What you need to do :: Repeat only the stretch of lines below that runs from the line with "#92=IFCINDEXEDPOLYGONALFACE((139,141,142,140));" through the line with "#96=IFCINDEXEDPOLYGONALFACE((149,151,152,150));", unaltered.

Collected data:

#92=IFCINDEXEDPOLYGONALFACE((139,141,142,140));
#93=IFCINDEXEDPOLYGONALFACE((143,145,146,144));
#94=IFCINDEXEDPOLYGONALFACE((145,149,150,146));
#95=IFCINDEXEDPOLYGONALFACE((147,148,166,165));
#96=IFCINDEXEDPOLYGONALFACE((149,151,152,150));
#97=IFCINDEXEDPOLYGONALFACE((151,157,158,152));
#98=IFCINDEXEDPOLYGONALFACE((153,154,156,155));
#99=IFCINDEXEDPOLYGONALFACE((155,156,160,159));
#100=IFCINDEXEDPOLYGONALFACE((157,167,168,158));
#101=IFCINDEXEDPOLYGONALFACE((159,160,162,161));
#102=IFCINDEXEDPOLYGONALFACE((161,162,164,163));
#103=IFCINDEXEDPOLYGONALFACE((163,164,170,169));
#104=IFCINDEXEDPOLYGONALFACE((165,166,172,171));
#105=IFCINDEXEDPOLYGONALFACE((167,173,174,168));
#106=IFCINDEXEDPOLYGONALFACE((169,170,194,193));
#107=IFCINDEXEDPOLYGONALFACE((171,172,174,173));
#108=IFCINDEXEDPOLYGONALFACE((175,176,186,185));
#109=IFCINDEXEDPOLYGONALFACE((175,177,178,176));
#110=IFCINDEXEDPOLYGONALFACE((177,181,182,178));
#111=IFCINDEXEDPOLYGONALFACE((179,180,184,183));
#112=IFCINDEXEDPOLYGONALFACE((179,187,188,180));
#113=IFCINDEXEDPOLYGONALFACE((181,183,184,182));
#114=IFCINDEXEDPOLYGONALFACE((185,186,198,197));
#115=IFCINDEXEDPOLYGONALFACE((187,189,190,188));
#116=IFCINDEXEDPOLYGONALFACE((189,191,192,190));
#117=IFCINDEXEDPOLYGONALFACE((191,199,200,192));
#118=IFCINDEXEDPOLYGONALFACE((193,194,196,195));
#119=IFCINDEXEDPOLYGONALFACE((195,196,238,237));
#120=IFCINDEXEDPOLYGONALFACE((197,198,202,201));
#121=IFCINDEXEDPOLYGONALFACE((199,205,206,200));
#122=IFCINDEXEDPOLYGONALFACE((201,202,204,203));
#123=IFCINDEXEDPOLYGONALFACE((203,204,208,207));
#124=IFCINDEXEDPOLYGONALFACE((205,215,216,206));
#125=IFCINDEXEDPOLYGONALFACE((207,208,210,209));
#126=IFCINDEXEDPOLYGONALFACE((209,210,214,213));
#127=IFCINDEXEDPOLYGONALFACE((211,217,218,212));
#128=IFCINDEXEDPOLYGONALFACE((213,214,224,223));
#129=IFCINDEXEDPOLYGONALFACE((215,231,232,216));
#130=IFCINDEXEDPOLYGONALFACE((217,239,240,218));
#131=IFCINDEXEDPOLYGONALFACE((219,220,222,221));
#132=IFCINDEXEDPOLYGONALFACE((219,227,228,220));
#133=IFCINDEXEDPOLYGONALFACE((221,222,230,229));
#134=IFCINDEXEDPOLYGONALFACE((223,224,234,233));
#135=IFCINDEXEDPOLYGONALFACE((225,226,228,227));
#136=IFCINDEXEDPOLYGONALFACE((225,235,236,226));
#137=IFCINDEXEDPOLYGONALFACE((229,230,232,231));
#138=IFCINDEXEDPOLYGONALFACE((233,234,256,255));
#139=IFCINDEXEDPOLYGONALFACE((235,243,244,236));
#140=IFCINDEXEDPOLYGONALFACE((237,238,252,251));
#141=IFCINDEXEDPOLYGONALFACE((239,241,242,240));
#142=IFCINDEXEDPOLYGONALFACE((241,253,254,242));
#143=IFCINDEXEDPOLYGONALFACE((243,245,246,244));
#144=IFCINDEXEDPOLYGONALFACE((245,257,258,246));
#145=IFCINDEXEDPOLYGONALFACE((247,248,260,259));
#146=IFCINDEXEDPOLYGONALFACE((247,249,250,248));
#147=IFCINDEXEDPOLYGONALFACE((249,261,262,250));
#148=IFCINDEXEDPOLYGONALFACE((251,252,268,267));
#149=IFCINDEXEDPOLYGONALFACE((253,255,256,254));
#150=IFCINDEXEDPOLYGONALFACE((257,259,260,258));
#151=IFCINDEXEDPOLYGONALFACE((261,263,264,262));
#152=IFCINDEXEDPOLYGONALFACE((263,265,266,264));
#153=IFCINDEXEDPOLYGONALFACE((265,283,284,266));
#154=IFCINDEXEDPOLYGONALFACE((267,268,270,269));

---

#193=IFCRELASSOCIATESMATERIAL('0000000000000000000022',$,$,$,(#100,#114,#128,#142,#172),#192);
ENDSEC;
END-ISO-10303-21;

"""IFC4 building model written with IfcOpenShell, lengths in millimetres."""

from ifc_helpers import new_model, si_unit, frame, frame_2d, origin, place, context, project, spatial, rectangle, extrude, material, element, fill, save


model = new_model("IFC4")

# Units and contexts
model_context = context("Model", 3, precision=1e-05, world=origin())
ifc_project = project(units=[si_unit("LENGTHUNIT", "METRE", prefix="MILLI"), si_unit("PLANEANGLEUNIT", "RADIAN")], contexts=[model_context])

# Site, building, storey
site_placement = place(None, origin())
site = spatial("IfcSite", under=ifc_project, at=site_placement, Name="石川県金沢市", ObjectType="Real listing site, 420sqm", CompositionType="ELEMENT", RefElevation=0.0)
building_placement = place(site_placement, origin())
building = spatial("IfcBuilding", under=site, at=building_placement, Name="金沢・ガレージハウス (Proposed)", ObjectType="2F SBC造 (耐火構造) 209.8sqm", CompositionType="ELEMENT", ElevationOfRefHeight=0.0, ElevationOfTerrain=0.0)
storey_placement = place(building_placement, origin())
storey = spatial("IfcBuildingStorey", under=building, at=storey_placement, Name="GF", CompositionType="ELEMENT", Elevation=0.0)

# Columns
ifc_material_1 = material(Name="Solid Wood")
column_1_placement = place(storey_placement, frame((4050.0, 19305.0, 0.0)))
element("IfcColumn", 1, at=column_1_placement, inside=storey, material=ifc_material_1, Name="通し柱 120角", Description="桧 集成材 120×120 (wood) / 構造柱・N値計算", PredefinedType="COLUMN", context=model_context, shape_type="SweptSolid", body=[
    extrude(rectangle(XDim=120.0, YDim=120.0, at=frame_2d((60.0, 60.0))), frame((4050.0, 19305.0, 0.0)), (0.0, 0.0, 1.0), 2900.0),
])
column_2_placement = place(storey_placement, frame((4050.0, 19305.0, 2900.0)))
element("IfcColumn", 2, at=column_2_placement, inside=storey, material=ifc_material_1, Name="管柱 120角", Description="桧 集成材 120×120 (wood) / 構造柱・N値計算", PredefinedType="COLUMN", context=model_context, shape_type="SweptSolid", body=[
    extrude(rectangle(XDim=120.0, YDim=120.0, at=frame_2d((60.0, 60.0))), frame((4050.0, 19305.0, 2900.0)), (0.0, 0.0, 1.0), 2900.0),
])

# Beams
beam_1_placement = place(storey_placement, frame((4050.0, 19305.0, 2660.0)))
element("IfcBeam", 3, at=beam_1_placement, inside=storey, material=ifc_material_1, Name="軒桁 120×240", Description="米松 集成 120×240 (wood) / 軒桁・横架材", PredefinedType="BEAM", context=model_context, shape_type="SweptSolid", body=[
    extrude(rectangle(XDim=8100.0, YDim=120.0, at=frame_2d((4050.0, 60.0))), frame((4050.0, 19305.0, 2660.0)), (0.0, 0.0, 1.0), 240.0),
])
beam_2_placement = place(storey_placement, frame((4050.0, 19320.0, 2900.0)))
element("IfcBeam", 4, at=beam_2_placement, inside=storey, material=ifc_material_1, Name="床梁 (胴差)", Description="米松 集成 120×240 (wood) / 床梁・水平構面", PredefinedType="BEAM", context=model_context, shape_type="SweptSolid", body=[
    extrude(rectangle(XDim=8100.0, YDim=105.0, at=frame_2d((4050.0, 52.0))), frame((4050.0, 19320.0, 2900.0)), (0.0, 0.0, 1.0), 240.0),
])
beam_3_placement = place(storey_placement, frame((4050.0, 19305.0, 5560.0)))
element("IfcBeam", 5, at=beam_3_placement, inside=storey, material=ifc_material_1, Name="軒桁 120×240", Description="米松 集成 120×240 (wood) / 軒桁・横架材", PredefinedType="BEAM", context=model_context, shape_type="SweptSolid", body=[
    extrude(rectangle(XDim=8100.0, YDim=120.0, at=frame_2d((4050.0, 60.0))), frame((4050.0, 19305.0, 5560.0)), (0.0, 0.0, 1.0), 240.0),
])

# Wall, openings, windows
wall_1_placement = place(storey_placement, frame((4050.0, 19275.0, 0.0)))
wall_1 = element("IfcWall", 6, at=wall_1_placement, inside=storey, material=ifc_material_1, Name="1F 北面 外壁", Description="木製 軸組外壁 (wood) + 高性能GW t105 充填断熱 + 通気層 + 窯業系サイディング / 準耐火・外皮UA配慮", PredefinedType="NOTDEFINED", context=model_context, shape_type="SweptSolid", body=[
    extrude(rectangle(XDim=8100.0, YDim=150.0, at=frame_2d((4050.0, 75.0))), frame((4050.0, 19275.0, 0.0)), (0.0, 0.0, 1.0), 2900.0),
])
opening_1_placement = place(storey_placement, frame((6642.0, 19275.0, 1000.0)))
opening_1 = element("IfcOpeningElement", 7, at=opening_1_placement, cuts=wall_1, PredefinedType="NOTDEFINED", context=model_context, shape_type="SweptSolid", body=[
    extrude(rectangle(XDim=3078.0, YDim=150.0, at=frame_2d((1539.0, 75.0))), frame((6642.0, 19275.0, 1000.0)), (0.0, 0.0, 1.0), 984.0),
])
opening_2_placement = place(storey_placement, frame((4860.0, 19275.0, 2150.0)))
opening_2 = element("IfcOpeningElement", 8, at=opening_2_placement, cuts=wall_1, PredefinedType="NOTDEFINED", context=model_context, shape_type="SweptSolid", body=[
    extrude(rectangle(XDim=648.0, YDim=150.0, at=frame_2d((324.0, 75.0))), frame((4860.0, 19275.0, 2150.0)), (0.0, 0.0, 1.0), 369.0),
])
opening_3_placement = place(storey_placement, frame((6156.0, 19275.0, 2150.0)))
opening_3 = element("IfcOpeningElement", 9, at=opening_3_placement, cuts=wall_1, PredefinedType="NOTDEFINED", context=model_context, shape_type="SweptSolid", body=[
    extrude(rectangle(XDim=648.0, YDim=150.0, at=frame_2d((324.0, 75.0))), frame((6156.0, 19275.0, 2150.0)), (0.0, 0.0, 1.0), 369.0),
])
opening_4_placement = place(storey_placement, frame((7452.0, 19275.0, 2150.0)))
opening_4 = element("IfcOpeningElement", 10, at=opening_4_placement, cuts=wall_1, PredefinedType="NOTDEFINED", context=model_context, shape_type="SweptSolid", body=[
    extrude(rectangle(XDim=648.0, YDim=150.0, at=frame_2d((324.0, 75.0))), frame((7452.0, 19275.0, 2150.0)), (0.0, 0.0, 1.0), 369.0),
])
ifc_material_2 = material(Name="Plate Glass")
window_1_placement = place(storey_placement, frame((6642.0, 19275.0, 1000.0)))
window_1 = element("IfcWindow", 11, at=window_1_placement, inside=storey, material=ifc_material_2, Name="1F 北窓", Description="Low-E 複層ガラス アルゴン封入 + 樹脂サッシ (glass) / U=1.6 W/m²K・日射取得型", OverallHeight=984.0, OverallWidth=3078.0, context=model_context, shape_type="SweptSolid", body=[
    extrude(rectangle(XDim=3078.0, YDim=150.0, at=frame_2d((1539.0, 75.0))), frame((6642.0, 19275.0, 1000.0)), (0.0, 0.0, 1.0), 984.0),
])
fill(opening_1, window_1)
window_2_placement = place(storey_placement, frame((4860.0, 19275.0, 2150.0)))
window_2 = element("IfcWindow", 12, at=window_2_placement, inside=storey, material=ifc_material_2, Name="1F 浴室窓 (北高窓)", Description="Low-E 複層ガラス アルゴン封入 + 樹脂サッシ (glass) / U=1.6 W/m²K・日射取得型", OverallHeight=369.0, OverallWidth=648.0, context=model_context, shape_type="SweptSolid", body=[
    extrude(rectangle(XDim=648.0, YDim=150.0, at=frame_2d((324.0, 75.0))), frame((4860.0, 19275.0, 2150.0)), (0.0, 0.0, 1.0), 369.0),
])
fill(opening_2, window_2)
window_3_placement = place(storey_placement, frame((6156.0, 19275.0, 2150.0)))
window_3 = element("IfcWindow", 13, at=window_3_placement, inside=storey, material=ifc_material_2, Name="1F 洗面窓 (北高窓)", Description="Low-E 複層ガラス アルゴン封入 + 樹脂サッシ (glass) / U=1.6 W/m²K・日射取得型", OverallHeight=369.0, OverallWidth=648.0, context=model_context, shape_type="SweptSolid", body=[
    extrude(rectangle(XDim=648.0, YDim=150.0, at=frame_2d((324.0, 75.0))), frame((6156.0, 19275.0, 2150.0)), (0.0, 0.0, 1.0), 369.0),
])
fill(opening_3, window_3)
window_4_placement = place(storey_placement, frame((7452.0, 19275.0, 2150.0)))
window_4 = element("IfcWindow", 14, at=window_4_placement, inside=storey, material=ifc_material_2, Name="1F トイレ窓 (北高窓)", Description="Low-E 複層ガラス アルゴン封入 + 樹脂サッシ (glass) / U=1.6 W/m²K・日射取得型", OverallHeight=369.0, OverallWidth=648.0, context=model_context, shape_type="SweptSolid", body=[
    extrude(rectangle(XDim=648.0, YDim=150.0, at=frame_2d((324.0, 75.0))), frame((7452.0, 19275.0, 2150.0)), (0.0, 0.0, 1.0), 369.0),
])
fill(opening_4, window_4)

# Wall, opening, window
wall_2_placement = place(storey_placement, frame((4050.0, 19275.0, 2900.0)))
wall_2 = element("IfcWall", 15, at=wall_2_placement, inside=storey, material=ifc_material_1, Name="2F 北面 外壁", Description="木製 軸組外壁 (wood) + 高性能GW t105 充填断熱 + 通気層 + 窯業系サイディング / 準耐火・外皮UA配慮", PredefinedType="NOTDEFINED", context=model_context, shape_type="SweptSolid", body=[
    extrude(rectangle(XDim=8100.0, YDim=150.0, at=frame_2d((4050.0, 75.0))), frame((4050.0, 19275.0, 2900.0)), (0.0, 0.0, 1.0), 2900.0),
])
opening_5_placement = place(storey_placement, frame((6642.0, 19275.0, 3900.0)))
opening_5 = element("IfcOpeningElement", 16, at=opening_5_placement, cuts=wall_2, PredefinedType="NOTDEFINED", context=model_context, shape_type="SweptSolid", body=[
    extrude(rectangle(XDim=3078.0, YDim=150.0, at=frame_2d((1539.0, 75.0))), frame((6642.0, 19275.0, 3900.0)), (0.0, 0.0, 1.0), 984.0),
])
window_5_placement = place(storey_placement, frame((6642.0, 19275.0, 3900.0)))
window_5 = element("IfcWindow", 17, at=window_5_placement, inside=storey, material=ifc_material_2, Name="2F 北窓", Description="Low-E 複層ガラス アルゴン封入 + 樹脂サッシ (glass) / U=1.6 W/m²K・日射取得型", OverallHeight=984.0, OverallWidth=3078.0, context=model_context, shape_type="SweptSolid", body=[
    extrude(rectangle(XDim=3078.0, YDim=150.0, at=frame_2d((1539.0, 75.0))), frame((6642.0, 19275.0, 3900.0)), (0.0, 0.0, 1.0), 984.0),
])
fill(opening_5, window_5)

---

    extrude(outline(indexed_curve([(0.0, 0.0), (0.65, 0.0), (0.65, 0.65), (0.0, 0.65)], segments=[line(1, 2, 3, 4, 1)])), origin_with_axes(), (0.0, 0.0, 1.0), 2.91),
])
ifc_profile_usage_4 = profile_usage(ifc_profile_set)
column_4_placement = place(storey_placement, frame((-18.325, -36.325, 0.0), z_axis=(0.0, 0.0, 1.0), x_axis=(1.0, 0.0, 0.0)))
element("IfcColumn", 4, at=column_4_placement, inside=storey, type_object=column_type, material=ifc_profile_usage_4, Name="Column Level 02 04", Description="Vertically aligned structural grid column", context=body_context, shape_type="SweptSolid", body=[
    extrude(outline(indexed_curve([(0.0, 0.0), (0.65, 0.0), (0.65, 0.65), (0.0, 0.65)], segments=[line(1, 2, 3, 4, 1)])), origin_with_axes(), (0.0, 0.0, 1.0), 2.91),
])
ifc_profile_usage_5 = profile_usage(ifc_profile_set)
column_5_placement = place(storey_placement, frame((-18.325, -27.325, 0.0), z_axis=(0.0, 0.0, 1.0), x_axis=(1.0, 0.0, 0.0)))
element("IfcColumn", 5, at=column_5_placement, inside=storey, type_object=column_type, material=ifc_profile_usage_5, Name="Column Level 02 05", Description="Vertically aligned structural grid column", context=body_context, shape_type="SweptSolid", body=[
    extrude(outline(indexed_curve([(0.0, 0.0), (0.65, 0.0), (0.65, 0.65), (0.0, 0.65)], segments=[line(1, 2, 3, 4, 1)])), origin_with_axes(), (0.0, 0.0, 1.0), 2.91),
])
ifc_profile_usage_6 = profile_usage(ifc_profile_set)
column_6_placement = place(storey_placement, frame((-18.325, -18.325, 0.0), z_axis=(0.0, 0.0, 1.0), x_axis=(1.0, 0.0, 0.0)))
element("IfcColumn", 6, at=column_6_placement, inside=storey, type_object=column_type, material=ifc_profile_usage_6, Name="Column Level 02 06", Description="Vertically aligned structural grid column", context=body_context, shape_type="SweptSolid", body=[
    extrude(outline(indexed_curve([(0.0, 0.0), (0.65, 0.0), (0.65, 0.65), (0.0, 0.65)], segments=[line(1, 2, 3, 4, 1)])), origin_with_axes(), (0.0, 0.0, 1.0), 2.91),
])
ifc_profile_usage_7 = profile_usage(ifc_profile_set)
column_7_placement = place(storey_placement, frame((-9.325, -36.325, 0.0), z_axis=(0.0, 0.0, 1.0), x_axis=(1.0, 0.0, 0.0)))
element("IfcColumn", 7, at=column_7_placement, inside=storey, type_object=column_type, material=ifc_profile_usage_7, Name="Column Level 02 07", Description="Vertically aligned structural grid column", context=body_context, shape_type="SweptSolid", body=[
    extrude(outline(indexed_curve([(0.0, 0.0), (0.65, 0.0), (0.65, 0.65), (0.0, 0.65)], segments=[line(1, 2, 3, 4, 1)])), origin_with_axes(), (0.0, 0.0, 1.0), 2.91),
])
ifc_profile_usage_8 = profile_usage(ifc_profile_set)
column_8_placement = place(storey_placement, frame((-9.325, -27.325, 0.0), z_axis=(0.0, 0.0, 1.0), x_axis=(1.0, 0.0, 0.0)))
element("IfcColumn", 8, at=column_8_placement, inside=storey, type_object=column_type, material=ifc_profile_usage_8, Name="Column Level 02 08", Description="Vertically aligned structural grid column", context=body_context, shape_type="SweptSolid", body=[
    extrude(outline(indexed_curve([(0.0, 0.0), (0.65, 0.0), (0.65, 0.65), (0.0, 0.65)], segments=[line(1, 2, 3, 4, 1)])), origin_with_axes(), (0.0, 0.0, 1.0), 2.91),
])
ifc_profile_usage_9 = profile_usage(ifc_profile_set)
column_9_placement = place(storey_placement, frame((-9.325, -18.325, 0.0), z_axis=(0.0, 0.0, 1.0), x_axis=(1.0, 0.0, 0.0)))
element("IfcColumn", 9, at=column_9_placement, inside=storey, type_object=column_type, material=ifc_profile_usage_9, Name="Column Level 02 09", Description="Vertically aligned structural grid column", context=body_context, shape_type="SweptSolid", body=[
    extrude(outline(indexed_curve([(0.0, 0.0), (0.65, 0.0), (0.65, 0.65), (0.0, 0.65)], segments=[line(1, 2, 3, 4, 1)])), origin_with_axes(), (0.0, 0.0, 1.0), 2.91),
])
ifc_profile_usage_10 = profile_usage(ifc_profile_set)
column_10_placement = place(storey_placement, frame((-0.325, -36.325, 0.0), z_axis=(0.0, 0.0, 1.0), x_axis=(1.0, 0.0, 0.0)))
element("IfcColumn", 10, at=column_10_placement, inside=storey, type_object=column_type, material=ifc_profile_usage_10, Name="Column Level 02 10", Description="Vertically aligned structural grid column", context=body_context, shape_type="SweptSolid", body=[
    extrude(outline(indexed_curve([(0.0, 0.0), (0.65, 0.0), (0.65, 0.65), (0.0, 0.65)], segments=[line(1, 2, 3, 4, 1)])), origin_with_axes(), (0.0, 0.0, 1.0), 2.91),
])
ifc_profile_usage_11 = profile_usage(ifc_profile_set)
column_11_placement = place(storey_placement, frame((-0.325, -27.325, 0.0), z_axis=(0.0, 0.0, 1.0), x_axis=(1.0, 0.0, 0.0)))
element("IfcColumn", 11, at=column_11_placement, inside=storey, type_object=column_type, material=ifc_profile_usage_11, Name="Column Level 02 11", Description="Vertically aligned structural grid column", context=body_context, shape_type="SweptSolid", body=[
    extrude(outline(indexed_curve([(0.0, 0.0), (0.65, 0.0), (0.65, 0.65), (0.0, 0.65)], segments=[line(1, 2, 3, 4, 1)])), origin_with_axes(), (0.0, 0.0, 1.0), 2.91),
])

Answer to this exercise ::
#92=IFCINDEXEDPOLYGONALFACE((139,141,142,140));
#93=IFCINDEXEDPOLYGONALFACE((143,145,146,144));
#94=IFCINDEXEDPOLYGONALFACE((145,149,150,146));
#95=IFCINDEXEDPOLYGONALFACE((147,148,166,165));
#96=IFCINDEXEDPOLYGONALFACE((149,151,152,150));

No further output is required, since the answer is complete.